Autophagy in the cardiovascular system has been poorly characterized. Previously, autophagy was shown to occur in heart exposed to hypoxia (Shimomura et al., 2001; Tanaka et al., 2000). However, apoptosis was mostly observed along with the autophagy. In this study, cuprous oxide crystals were demonstrated to induce autophagy but not apoptosis or necrosis. Accordingly, our current in vitro model system is a prominent case for the induction of autophagy in endothelial cells, although the detailed mechanisms of Cu₂O-induced autophagy remain unknown. Nevertheless, the cytotoxicity of Cu⁺ ion shown in this study correlates with a wide number of previous reports proving that alterations of metabolism and mobilization of copper tightly link to various cardiovascular diseases including ischemia-reperfusion injury, inflammation and atherosclerosis (Hordyjewska et al., 2014; Linder et al., 1996; Rajendran et al., 2007). Such publications have suggested that severe cellular and tissue damages caused by copper ions are associated with ROS formations (Powell et al., 1999). Shokrzadeh et al. (2009) have recently proposed that copper may play an important role in developing ischemic cardiomyopathy, showing that interventions with copper chelators relieve symptoms of ischemic cardiomyopathy and decline its progression. Our findings showing the Cu⁺ induced autophagy in endothelial cells may provide an insight into underlying mechanisms of such clinical cases, because both copper and autophagy have been shown to contribute to myocardiac infarction (Chevion et al., 1993; Glick et al., 2010)

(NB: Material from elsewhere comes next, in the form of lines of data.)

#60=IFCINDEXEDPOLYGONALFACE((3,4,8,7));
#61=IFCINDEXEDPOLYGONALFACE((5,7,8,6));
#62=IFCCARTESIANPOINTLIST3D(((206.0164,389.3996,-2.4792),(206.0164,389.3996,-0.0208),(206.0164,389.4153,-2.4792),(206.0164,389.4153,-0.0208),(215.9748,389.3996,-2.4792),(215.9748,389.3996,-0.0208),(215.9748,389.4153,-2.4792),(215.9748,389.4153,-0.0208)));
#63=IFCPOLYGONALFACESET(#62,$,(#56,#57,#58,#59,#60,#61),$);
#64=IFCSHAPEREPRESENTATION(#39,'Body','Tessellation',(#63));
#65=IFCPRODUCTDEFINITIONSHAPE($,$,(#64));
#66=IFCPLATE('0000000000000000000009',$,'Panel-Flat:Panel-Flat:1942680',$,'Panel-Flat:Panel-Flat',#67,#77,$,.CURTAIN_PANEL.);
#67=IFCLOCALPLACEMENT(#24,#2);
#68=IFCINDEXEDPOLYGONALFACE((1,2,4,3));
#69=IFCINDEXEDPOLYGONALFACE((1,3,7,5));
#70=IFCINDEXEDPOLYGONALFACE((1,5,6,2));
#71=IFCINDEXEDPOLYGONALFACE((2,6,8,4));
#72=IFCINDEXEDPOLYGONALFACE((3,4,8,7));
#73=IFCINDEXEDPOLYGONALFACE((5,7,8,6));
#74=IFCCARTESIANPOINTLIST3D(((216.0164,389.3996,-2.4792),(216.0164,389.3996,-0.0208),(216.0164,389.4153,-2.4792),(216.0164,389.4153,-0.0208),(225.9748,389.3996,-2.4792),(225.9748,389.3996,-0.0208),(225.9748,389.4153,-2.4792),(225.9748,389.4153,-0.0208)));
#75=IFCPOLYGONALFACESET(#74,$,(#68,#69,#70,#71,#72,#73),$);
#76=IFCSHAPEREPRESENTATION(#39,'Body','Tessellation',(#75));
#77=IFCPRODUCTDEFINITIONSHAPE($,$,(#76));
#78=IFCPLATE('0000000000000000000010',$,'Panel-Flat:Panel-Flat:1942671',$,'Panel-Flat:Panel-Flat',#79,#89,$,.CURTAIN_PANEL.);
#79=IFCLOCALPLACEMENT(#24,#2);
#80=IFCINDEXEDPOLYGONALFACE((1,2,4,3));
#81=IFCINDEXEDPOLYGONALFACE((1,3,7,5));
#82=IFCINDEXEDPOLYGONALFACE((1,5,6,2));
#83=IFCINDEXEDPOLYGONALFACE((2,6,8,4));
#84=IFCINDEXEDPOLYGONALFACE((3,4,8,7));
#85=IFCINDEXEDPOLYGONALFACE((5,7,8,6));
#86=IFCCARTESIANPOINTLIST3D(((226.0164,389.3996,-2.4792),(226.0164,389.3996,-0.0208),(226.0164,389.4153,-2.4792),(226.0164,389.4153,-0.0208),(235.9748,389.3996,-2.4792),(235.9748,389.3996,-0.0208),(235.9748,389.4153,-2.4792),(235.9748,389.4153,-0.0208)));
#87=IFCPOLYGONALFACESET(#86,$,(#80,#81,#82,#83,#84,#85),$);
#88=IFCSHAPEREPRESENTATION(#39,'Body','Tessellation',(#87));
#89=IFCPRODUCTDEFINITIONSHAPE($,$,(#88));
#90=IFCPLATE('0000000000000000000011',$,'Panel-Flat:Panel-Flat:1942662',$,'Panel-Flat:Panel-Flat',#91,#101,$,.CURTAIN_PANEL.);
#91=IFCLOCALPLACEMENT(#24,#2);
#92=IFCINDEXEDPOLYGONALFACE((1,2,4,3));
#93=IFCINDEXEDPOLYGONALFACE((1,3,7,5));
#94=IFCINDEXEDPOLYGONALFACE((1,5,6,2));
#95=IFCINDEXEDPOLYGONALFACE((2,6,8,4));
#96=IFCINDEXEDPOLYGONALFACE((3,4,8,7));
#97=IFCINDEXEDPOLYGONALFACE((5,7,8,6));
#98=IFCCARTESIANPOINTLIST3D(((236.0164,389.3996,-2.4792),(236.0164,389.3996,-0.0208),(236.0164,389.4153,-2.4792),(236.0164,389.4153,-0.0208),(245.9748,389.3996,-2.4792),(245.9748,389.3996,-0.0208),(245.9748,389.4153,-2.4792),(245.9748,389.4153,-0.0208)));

Collectively, our findings are more likely to support the limited utilization of materials containing Cu⁺ ions in the vascular system. Considering the longer viability of the endothelium, the Cu⁺ induced endothelial autophagy suggests that excessive utilization of materials containing Cu⁺ as pharmaceuticals or nutraceuticals may cause deleterious tissue processes. Meanwhile, our data give also an insight into medical applications of the Cu₂O crystal, perhaps as a tool to slowly generate cuprous ions (Cu⁺) and recruit Cu⁺ ions to local lesions with bypassing various copper-removal pathways. If copper ions are utilized as pharmaceuticals or nutraceuticals, both copper-binding and redox-control properties would be available. For instance, copper-binding molecules are known as albumin, ceruloplasmin, and transcuperin which prevent the toxicity of Cu⁺ ions (Linder et al., 1996). In addition, the redox imbalance caused by alterations of the level of copper ions can be negatively regulated by diverse cellular redox molecules, e.g., glutathione, cystein and thioredoxin, to maintain the copper homeostasis (Szab? et al., 2007). Such protective molecules decline the serous level of free copper ions, thereby quenching a redox reactivity of the Cu⁺ ion. If Cu₂O crystals can be developed to reside for an extended period at local lesions, these crystals can be utilized for medical purposes requiring slow release of Cu⁺ ions.